26 December 2009
Roger Scruton, Beauty
From the dust jacket ...
"Beauty can be consoling, disturbing, sacred, profane," writes Roger Scruton. "It can be exhilarating, appealing, inspiring, chilling. It is never viewed with indifference: beauty demands to be noticed; it speaks to us directly like the voice of an intimate friend."
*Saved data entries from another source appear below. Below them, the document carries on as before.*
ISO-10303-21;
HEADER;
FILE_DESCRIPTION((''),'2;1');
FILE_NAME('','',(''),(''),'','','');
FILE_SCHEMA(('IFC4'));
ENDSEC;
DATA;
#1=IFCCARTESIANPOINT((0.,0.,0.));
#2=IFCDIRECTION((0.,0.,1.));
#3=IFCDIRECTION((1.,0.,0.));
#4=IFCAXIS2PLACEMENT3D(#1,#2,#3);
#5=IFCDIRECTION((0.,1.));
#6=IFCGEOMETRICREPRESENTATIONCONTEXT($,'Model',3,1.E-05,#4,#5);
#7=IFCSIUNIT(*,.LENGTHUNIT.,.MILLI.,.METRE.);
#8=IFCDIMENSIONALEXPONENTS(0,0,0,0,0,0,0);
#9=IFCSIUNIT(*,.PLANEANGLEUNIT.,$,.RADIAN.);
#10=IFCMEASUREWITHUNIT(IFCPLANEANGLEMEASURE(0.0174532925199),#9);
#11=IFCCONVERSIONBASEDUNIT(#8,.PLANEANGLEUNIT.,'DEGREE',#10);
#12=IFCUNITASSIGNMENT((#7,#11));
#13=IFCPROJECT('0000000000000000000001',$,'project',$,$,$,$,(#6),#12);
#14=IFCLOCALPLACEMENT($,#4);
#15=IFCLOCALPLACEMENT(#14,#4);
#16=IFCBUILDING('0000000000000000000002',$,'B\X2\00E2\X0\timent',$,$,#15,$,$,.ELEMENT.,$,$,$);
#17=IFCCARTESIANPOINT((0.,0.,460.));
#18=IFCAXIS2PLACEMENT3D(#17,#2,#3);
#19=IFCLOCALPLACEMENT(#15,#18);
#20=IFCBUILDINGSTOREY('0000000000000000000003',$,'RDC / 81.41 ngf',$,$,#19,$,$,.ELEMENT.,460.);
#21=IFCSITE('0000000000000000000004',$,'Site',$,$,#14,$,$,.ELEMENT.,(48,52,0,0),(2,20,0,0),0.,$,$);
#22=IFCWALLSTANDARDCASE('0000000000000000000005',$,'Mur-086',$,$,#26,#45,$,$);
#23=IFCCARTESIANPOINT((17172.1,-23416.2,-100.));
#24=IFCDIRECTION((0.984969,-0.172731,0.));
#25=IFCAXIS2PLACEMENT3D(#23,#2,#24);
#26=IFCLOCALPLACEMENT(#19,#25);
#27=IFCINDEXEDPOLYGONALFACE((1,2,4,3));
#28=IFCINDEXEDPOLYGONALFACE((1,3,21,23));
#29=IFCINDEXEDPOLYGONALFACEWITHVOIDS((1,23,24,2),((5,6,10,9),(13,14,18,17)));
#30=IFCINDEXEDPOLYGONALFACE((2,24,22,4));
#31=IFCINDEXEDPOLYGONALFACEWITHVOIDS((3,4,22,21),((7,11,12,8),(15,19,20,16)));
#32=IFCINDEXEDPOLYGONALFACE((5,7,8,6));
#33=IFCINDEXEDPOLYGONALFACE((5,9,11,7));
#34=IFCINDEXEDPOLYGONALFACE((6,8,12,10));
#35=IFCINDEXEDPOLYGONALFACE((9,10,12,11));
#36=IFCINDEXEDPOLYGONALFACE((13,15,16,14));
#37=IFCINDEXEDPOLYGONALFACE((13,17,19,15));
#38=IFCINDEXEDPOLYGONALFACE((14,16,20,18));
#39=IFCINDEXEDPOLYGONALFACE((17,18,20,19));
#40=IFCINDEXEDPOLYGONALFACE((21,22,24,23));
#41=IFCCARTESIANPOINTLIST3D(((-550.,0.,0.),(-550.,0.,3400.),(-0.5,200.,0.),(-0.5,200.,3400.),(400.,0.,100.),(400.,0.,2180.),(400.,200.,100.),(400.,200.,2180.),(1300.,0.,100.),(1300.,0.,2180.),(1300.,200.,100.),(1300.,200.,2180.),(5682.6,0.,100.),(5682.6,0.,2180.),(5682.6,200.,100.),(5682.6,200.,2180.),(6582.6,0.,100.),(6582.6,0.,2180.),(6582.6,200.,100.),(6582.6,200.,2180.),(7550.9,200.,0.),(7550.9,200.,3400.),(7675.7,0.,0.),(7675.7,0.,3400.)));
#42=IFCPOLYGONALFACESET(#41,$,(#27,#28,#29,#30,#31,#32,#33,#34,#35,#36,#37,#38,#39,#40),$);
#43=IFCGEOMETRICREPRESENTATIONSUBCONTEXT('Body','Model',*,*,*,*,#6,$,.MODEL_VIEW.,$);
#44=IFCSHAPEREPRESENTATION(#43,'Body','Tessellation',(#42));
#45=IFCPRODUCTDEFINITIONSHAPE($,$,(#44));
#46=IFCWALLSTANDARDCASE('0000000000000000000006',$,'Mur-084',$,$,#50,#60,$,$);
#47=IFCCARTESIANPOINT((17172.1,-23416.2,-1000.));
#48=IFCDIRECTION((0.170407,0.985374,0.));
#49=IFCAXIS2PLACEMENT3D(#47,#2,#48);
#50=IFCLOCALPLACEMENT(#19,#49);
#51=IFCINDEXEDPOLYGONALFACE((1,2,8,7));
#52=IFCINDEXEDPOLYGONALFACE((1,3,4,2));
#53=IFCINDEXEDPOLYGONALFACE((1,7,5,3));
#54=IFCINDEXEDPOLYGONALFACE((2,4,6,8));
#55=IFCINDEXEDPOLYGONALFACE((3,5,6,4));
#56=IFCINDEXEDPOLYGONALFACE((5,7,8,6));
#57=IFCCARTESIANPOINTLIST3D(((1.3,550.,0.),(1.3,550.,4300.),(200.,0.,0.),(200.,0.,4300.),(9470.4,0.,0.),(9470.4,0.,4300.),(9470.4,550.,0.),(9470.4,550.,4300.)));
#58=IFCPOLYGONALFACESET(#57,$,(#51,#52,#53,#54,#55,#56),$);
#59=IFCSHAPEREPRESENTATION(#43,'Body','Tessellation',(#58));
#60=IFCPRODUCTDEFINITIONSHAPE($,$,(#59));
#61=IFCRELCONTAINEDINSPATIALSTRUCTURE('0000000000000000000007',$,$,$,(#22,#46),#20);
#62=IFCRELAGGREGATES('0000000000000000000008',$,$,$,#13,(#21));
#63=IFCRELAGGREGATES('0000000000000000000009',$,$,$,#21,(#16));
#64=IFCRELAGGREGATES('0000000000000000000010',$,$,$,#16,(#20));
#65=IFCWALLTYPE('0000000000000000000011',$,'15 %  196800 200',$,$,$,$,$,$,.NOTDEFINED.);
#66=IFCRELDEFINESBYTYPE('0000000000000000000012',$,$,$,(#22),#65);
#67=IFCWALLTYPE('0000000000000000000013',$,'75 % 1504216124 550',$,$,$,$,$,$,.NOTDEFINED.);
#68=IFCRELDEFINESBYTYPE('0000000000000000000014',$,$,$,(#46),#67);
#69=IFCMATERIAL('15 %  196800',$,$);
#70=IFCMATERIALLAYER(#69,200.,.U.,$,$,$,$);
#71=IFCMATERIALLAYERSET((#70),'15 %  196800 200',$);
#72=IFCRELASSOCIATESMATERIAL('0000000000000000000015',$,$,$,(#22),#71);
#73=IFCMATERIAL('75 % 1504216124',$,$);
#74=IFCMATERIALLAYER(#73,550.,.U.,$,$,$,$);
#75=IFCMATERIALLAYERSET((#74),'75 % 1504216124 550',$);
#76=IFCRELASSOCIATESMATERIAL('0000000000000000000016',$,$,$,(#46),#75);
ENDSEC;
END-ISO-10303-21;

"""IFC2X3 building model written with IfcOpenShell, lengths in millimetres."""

from ifc_helpers import new_model, entity, si_unit, converted_unit, direction, frame, origin_with_axes, origin_2d_with_axis, place, context, subcontext, project, spatial, polyline, rectangle, outline, extrude, material, layer, layer_set, layer_usage, type_object, element, save


model = new_model("IFC2X3")

# Units and contexts
model_context = context("Model", 3, precision=1e-05, world=origin_with_axes(), true_north=direction((0.0, 1.0)))
body_context = subcontext(model_context, "Body", "Model", "MODEL_VIEW")
ifc_project = project(units=[si_unit("LENGTHUNIT", "METRE", prefix="MILLI"), converted_unit("PLANEANGLEUNIT", "DEGREE", entity("IfcPlaneAngleMeasure", 0.0174532925199), si_unit("PLANEANGLEUNIT", "RADIAN"), dimensions=[0, 0, 0, 0, 0, 0, 0])], contexts=[model_context])

# Site, building, storey
site_placement = place(None, origin_with_axes())
site = spatial("IfcSite", under=ifc_project, at=site_placement, Name="Site", CompositionType="ELEMENT", RefLatitude=(48, 52, 0, 0), RefLongitude=(2, 20, 0, 0), RefElevation=0.0)
building_placement = place(site_placement, origin_with_axes())
building = spatial("IfcBuilding", under=site, at=building_placement, Name="Bâtiment", CompositionType="ELEMENT")
storey_placement = place(building_placement, frame((0.0, 0.0, 460.0), z_axis=(0.0, 0.0, 1.0), x_axis=(1.0, 0.0, 0.0)))
storey = spatial("IfcBuildingStorey", under=building, at=storey_placement, Name="RDC / 81.41 ngf", CompositionType="ELEMENT", Elevation=460.0)

# Shared definitions
ifc_material_1 = material(Name="15 %  196800")

# Shared definitions
ifc_layer_1 = layer(ifc_material_1, 200.0, ventilated="UNKNOWN")
ifc_layer_set_1 = layer_set([ifc_layer_1], Name="15 %  196800 200")
wall_type_1 = type_object("IfcWallType", Name="15 %  196800 200", PredefinedType="NOTDEFINED")

# Wall, openings
ifc_layer_usage_1 = layer_usage(ifc_layer_set_1, "AXIS2", "NEGATIVE", 200.0)
wall_1_placement = place(storey_placement, frame((17172.1, -23416.2, -100.0), z_axis=(0.0, 0.0, 1.0), x_axis=(0.984969, -0.172731, 0.0)))
wall_1 = element("IfcWallStandardCase", 1, at=wall_1_placement, inside=storey, type_object=wall_type_1, material=ifc_layer_usage_1, Name="Mur-086", context=body_context, shape_type="SweptSolid", body=[
    extrude(outline(polyline([(-550.0, 0.0), (7675.7, 0.0), (7550.9, 200.0), (-0.5, 200.0), (-550.0, 0.0)])), origin_with_axes(), (0.0, 0.0, 1.0), 3400.0),
])
opening_1_placement = place(wall_1_placement, frame((6132.6, 0.0, 100.0), z_axis=(0.0, 0.0, 1.0), x_axis=(1.0, 0.0, 0.0)))
element("IfcOpeningElement", 2, at=opening_1_placement, cuts=wall_1, context=body_context, shape_type="SweptSolid", body=[
    extrude(rectangle(XDim=900.0, YDim=2080.0, at=origin_2d_with_axis()), frame((0.0, -200.0, 1040.0), z_axis=(0.0, -1.0, 0.0), x_axis=(1.0, 0.0, 0.0)), (0.0, 0.0, -1.0), 600.0),
])
opening_2_placement = place(wall_1_placement, frame((850.0, 0.0, 100.0), z_axis=(0.0, 0.0, 1.0), x_axis=(1.0, 0.0, 0.0)))
element("IfcOpeningElement", 3, at=opening_2_placement, cuts=wall_1, context=body_context, shape_type="SweptSolid", body=[
    extrude(rectangle(XDim=900.0, YDim=2080.0, at=origin_2d_with_axis()), frame((0.0, -200.0, 1040.0), z_axis=(0.0, -1.0, 0.0), x_axis=(1.0, 0.0, 0.0)), (0.0, 0.0, -1.0), 600.0),
])

# Wall
ifc_material_2 = material(Name="75 % 1504216124")
ifc_layer_2 = layer(ifc_material_2, 550.0, ventilated="UNKNOWN")
ifc_layer_set_2 = layer_set([ifc_layer_2], Name="75 % 1504216124 550")
ifc_layer_usage_2 = layer_usage(ifc_layer_set_2, "AXIS2", "NEGATIVE", 550.0)
wall_type_2 = type_object("IfcWallType", Name="75 % 1504216124 550", PredefinedType="NOTDEFINED")
wall_2_placement = place(storey_placement, frame((17172.1, -23416.2, -1000.0), z_axis=(0.0, 0.0, 1.0), x_axis=(0.170407, 0.985374, 0.0)))
element("IfcWallStandardCase", 4, at=wall_2_placement, inside=storey, type_object=wall_type_2, material=ifc_layer_usage_2, Name="Mur-084", context=body_context, shape_type="SweptSolid", body=[
    extrude(outline(polyline([(200.0, 0.0), (9470.4, 0.0), (9470.4, 550.0), (1.3, 550.0), (200.0, 0.0)])), origin_with_axes(), (0.0, 0.0, 1.0), 4300.0),
])

save(model, "model.ifc")
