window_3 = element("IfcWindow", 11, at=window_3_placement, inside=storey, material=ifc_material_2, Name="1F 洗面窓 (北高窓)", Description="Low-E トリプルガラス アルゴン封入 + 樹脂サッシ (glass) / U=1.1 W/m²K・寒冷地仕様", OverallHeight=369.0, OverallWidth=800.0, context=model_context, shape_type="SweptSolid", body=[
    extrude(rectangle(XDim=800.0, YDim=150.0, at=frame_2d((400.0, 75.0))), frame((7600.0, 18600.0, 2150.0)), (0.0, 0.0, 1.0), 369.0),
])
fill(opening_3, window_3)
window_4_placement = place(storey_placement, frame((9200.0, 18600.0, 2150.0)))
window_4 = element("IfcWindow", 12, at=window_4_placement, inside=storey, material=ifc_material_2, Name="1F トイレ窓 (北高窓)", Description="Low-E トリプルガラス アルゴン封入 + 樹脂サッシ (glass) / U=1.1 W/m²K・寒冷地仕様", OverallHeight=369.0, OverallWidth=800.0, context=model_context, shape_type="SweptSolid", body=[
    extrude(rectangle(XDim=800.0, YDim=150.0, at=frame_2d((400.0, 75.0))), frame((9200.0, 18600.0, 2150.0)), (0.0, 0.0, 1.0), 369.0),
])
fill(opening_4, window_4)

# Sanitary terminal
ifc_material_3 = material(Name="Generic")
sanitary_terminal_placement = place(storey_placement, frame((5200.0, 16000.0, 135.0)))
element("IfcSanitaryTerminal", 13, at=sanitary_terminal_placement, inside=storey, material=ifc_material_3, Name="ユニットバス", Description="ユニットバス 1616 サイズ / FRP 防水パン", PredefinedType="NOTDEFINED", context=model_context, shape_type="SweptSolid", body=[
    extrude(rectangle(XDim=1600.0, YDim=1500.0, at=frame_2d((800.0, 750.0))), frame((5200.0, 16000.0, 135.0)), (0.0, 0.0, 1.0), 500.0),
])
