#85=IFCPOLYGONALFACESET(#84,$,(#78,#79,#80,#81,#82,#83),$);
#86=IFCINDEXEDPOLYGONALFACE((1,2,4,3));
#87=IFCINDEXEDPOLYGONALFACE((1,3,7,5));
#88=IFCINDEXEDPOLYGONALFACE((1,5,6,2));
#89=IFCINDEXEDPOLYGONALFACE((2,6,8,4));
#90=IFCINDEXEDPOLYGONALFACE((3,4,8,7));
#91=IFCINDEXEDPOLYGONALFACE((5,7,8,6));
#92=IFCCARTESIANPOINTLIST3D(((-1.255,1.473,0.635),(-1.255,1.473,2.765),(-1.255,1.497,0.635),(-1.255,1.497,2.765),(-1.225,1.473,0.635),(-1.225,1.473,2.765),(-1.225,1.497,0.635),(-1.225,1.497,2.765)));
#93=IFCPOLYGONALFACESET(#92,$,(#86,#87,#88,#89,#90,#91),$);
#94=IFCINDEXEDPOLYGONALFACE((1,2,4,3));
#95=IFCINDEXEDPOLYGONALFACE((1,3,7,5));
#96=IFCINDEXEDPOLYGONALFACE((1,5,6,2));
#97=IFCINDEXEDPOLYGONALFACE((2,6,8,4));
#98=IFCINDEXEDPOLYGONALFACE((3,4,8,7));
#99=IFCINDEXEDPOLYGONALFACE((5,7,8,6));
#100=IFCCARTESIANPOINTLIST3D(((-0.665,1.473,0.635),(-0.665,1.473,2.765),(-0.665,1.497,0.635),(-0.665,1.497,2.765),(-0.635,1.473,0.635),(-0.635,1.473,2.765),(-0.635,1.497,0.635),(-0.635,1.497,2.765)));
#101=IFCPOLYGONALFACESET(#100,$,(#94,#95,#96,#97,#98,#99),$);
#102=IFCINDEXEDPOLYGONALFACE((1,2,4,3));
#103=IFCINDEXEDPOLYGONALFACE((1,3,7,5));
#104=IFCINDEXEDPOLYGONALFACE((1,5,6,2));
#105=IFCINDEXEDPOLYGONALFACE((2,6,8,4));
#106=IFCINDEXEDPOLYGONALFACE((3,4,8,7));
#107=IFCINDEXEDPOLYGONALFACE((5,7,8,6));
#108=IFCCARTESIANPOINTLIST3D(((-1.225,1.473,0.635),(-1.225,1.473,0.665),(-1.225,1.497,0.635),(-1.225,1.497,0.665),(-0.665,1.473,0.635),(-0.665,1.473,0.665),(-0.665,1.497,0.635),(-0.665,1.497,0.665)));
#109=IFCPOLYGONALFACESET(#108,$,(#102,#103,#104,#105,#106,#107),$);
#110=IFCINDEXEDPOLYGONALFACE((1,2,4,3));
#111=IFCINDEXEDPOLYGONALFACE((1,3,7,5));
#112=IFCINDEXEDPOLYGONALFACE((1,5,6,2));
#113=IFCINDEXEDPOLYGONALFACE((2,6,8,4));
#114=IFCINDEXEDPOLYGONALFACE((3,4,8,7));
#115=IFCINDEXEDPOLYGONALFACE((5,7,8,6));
In a book that is itself beautifully written, renowned philosopher Roger Scruton explores this timeless concept, asking what makes an object--either in art, in nature, or the human form--beautiful. This compact volume is filled with insight and Scruton has something interesting and original to say on almost every page. Can there be dangerous beauties, corrupting beauties, and immoral beauties? Perhaps so. The prose of Flaubert, the imagery of Baudelaire, the harmonies of Wagner, Scruton points out, have all been accused of immorality, by those who believe that they paint wickedness in alluring colors. Is it right to say there is more beauty in a classical temple than a concrete office block, more beauty in a Rembrandt than in an Andy Warhol Campbell Soup Can? Can we even say, of certain works of art, that they are too beautiful: that they ravish when they should disturb. But while we may argue about what is or is not beautiful, Scruton insists that beauty is a real and universal value, one anchored in our rational nature, and that the sense of beauty has an indispensable part to play in shaping the human world.
I came across Scruton this year while researching and reading Dutton's The Art Instinct. A classical conservative, Scruton rails against the "Me" in art and its degradation of beauty. Edification is taught here, if we will listen.